BEGIN The data

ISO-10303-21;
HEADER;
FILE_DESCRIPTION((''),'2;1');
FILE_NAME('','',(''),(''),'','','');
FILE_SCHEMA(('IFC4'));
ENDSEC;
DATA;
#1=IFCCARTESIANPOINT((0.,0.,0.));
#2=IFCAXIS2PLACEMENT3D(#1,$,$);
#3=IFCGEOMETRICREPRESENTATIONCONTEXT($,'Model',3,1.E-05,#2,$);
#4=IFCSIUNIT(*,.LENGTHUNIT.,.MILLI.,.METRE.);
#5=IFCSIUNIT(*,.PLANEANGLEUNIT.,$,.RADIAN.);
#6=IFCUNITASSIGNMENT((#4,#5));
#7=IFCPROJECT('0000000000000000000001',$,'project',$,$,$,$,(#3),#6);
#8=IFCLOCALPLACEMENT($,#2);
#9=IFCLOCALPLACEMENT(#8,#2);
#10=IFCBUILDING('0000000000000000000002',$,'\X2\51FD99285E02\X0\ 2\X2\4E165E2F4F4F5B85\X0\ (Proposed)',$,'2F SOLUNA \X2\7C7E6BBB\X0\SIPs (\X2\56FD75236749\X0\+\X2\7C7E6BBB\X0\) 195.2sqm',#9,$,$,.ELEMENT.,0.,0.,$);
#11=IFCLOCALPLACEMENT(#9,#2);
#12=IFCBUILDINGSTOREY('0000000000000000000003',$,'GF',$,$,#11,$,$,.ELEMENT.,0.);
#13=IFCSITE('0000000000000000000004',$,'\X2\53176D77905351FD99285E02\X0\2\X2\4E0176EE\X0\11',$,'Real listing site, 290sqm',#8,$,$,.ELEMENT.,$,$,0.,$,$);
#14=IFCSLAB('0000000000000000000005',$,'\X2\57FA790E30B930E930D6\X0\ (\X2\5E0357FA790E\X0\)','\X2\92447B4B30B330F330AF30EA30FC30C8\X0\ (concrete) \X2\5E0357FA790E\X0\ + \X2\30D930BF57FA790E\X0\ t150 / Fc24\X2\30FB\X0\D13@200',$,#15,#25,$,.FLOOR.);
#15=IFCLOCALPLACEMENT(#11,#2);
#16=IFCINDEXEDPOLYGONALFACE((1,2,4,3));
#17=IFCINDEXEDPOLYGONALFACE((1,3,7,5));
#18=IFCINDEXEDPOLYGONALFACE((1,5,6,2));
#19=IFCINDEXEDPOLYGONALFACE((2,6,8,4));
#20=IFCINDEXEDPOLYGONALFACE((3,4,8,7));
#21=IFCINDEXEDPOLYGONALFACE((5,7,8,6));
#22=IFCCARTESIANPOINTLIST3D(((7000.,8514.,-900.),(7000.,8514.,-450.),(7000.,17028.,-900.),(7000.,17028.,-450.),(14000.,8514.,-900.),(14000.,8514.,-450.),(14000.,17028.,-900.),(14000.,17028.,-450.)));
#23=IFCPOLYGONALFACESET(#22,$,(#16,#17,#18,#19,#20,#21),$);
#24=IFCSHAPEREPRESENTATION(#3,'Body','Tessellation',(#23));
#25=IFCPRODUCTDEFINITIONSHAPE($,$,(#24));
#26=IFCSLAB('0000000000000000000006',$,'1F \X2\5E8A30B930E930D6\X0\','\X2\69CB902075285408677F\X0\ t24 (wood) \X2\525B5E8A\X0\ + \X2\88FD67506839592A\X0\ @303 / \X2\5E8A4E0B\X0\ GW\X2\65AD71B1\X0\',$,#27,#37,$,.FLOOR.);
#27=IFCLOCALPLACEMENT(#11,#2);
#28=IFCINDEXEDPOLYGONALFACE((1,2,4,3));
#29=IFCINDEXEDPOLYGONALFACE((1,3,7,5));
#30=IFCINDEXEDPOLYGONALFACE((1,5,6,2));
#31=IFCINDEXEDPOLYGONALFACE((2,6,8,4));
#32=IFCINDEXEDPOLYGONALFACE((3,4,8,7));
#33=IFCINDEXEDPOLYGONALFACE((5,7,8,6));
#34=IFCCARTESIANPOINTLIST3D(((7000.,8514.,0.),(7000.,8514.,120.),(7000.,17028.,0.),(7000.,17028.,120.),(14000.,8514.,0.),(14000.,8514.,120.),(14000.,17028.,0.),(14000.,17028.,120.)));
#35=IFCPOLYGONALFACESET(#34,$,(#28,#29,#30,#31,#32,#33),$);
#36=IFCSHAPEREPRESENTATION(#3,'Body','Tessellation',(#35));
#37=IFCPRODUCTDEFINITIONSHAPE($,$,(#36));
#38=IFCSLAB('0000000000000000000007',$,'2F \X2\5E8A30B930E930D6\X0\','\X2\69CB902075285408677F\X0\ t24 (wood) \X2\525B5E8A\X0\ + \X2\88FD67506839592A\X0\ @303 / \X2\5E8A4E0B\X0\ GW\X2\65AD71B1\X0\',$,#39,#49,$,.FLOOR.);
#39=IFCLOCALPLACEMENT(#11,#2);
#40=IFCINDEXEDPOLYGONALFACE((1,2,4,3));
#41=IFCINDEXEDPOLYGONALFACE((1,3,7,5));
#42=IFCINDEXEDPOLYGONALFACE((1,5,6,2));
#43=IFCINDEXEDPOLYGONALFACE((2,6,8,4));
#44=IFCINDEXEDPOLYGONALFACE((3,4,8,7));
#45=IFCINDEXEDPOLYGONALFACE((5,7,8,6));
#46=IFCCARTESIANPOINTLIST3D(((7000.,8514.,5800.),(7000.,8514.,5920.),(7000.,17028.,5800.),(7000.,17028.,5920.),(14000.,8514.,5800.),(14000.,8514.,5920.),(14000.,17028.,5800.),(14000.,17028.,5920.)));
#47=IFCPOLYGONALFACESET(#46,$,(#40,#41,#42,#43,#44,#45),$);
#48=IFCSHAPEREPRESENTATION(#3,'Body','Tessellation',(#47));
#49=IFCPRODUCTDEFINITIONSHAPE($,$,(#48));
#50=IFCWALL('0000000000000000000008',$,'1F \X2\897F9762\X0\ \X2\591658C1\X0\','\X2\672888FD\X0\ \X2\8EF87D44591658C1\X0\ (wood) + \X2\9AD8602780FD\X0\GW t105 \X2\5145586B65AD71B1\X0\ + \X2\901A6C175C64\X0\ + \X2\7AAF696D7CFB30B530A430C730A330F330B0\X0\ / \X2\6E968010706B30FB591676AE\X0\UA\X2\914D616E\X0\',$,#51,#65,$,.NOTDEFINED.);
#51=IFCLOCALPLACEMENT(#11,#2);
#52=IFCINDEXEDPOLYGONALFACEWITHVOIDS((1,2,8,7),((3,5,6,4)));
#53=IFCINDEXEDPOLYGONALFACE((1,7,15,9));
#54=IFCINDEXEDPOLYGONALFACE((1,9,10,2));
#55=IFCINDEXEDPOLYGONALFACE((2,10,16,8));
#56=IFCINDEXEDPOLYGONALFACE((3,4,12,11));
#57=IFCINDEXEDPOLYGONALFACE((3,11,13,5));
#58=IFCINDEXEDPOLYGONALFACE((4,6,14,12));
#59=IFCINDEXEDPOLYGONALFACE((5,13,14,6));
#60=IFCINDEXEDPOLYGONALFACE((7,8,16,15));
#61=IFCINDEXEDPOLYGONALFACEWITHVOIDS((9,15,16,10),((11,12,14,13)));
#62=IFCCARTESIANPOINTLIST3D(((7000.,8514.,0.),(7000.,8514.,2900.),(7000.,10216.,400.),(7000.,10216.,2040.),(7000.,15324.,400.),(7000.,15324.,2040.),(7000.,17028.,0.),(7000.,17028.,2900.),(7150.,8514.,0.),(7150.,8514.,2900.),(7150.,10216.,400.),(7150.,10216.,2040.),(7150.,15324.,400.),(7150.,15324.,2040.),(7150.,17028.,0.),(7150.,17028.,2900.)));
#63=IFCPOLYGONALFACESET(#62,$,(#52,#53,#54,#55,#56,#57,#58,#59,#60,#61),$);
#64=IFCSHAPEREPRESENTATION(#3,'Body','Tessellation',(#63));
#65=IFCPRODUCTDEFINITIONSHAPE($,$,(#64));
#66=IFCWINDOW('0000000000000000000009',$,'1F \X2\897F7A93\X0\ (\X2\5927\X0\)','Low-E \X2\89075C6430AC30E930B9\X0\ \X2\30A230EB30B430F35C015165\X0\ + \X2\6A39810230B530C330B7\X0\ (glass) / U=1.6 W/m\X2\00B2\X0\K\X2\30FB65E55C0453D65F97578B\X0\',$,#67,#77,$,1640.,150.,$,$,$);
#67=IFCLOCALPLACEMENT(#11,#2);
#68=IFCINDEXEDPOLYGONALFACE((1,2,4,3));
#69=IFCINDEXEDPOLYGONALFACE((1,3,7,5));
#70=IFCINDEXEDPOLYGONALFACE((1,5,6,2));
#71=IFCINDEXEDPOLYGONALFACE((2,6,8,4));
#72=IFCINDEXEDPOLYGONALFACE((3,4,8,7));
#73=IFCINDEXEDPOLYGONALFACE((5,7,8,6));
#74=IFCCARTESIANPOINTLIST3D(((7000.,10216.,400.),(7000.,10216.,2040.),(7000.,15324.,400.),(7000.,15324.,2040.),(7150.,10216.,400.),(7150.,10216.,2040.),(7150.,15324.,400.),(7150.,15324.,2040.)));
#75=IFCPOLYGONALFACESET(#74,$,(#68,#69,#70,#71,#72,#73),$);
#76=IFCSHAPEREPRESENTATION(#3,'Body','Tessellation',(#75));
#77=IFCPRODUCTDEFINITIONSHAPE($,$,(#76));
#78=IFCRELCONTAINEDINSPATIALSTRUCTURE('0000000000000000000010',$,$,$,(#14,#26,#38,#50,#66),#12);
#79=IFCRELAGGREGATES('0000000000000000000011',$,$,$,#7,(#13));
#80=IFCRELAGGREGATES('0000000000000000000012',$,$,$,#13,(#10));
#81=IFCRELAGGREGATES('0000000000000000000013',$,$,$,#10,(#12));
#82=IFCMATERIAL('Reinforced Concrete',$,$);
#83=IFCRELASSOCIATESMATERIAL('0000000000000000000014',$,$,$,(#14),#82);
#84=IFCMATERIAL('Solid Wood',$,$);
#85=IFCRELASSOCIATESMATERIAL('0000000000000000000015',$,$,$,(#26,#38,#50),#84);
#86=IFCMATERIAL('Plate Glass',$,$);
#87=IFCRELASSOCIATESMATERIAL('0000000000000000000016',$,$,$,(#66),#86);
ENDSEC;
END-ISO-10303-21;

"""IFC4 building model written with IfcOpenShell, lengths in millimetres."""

from ifc_helpers import new_model, si_unit, frame, frame_2d, origin, place, context, project, spatial, rectangle, extrude, material, element, fill, save


model = new_model("IFC4")

# Units and contexts
model_context = context("Model", 3, precision=1e-05, world=origin())
ifc_project = project(units=[si_unit("LENGTHUNIT", "METRE", prefix="MILLI"), si_unit("PLANEANGLEUNIT", "RADIAN")], contexts=[model_context])

# Site, building, storey
site_placement = place(None, origin())
site = spatial("IfcSite", under=ifc_project, at=site_placement, Name="北海道函館市2丁目11", ObjectType="Real listing site, 290sqm", CompositionType="ELEMENT", RefElevation=0.0)
building_placement = place(site_placement, origin())
building = spatial("IfcBuilding", under=site, at=building_placement, Name="函館市 2世帯住宅 (Proposed)", ObjectType="2F SOLUNA 籾殻SIPs (国産杉+籾殻) 195.2sqm", CompositionType="ELEMENT", ElevationOfRefHeight=0.0, ElevationOfTerrain=0.0)
storey_placement = place(building_placement, origin())
storey = spatial("IfcBuildingStorey", under=building, at=storey_placement, Name="GF", CompositionType="ELEMENT", Elevation=0.0)

# Slabs
ifc_material_1 = material(Name="Reinforced Concrete")
slab_1_placement = place(storey_placement, frame((3500.0, 4257.0, -450.0)))
element("IfcSlab", 1, at=slab_1_placement, inside=storey, material=ifc_material_1, Name="基礎スラブ (布基礎)", Description="鉄筋コンクリート (concrete) 布基礎 + ベタ基礎 t150 / Fc24・D13@200", PredefinedType="FLOOR", context=model_context, shape_type="SweptSolid", body=[
    extrude(rectangle(XDim=7000.0, YDim=8514.0, at=frame_2d((3500.0, 4257.0))), frame((3500.0, 4257.0, -450.0)), (0.0, 0.0, 1.0), 450.0),
])
ifc_material_2 = material(Name="Solid Wood")
slab_2_placement = place(storey_placement, frame((3500.0, 4257.0, 0.0)))
element("IfcSlab", 2, at=slab_2_placement, inside=storey, material=ifc_material_2, Name="1F 床スラブ", Description="構造用合板 t24 (wood) 剛床 + 製材根太 @303 / 床下 GW断熱", PredefinedType="FLOOR", context=model_context, shape_type="SweptSolid", body=[
    extrude(rectangle(XDim=7000.0, YDim=8514.0, at=frame_2d((3500.0, 4257.0))), frame((3500.0, 4257.0, 0.0)), (0.0, 0.0, 1.0), 120.0),
])
slab_3_placement = place(storey_placement, frame((3500.0, 4257.0, 2900.0)))
element("IfcSlab", 3, at=slab_3_placement, inside=storey, material=ifc_material_2, Name="2F 床スラブ", Description="構造用合板 t24 (wood) 剛床 + 製材根太 @303 / 床下 GW断熱", PredefinedType="FLOOR", context=model_context, shape_type="SweptSolid", body=[
    extrude(rectangle(XDim=7000.0, YDim=8514.0, at=frame_2d((3500.0, 4257.0))), frame((3500.0, 4257.0, 2900.0)), (0.0, 0.0, 1.0), 120.0),
])

# Shared definitions
ifc_material_3 = material(Name="Plate Glass")

# Wall, opening, window
wall_1_placement = place(storey_placement, frame((3500.0, 4257.0, 0.0)))
wall_1 = element("IfcWall", 4, at=wall_1_placement, inside=storey, material=ifc_material_2, Name="1F 西面 外壁", Description="木製 軸組外壁 (wood) + 高性能GW t105 充填断熱 + 通気層 + 窯業系サイディング / 準耐火・外皮UA配慮", PredefinedType="NOTDEFINED", context=model_context, shape_type="SweptSolid", body=[
    extrude(rectangle(XDim=150.0, YDim=8514.0, at=frame_2d((75.0, 4257.0))), frame((3500.0, 4257.0, 0.0)), (0.0, 0.0, 1.0), 2900.0),
])
opening_1_placement = place(storey_placement, frame((3500.0, 5108.0, 200.0)))
opening_1 = element("IfcOpeningElement", 5, at=opening_1_placement, cuts=wall_1, PredefinedType="NOTDEFINED", context=model_context, shape_type="SweptSolid", body=[
    extrude(rectangle(XDim=150.0, YDim=5108.0, at=frame_2d((75.0, 2554.0))), frame((3500.0, 5108.0, 200.0)), (0.0, 0.0, 1.0), 1640.0),
])
window_1_placement = place(storey_placement, frame((3500.0, 5108.0, 200.0)))
window_1 = element("IfcWindow", 6, at=window_1_placement, inside=storey, material=ifc_material_3, Name="1F 西窓 (大)", Description="Low-E 複層ガラス アルゴン封入 + 樹脂サッシ (glass) / U=1.6 W/m²K・日射取得型", OverallHeight=1640.0, OverallWidth=150.0, context=model_context, shape_type="SweptSolid", body=[
    extrude(rectangle(XDim=150.0, YDim=5108.0, at=frame_2d((75.0, 2554.0))), frame((3500.0, 5108.0, 200.0)), (0.0, 0.0, 1.0), 1640.0),
])
fill(opening_1, window_1)

save(model, "model.ifc")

END The data

What the task asks for is a word-for-word repeat of the lines above, from the first through the one containing "#21=IFCINDEXEDPOLYGONALFACE((5,7,8,6));".

ISO-10303-21;
HEADER;
FILE_DESCRIPTION((''),'2;1');
FILE_NAME('','',(''),(''),'','','');
FILE_SCHEMA(('IFC4'));
ENDSEC;
DATA;
#1=IFCCARTESIANPOINT((0.,0.,0.));
#2=IFCAXIS2PLACEMENT3D(#1,$,$);
#3=IFCGEOMETRICREPRESENTATIONCONTEXT($,'Model',3,1.E-05,#2,$);
#4=IFCSIUNIT(*,.LENGTHUNIT.,.MILLI.,.METRE.);
#5=IFCSIUNIT(*,.PLANEANGLEUNIT.,$,.RADIAN.);
#6=IFCUNITASSIGNMENT((#4,#5));
#7=IFCPROJECT('0000000000000000000001',$,'project',$,$,$,$,(#3),#6);
#8=IFCLOCALPLACEMENT($,#2);
#9=IFCLOCALPLACEMENT(#8,#2);
#10=IFCBUILDING('0000000000000000000002',$,'\X2\51FD99285E02\X0\ 2\X2\4E165E2F4F4F5B85\X0\ (Proposed)',$,'2F SOLUNA \X2\7C7E6BBB\X0\SIPs (\X2\56FD75236749\X0\+\X2\7C7E6BBB\X0\) 195.2sqm',#9,$,$,.ELEMENT.,0.,0.,$);
#11=IFCLOCALPLACEMENT(#9,#2);
#12=IFCBUILDINGSTOREY('0000000000000000000003',$,'GF',$,$,#11,$,$,.ELEMENT.,0.);
#13=IFCSITE('0000000000000000000004',$,'\X2\53176D77905351FD99285E02\X0\2\X2\4E0176EE\X0\11',$,'Real listing site, 290sqm',#8,$,$,.ELEMENT.,$,$,0.,$,$);
#14=IFCSLAB('0000000000000000000005',$,'\X2\57FA790E30B930E930D6\X0\ (\X2\5E0357FA790E\X0\)','\X2\92447B4B30B330F330AF30EA30FC30C8\X0\ (concrete) \X2\5E0357FA790E\X0\ + \X2\30D930BF57FA790E\X0\ t150 / Fc24\X2\30FB\X0\D13@200',$,#15,#25,$,.FLOOR.);
#15=IFCLOCALPLACEMENT(#11,#2);
#16=IFCINDEXEDPOLYGONALFACE((1,2,4,3));
#17=IFCINDEXEDPOLYGONALFACE((1,3,7,5));
#18=IFCINDEXEDPOLYGONALFACE((1,5,6,2));
#19=IFCINDEXEDPOLYGONALFACE((2,6,8,4));
#20=IFCINDEXEDPOLYGONALFACE((3,4,8,7));
#21=IFCINDEXEDPOLYGONALFACE((5,7,8,6));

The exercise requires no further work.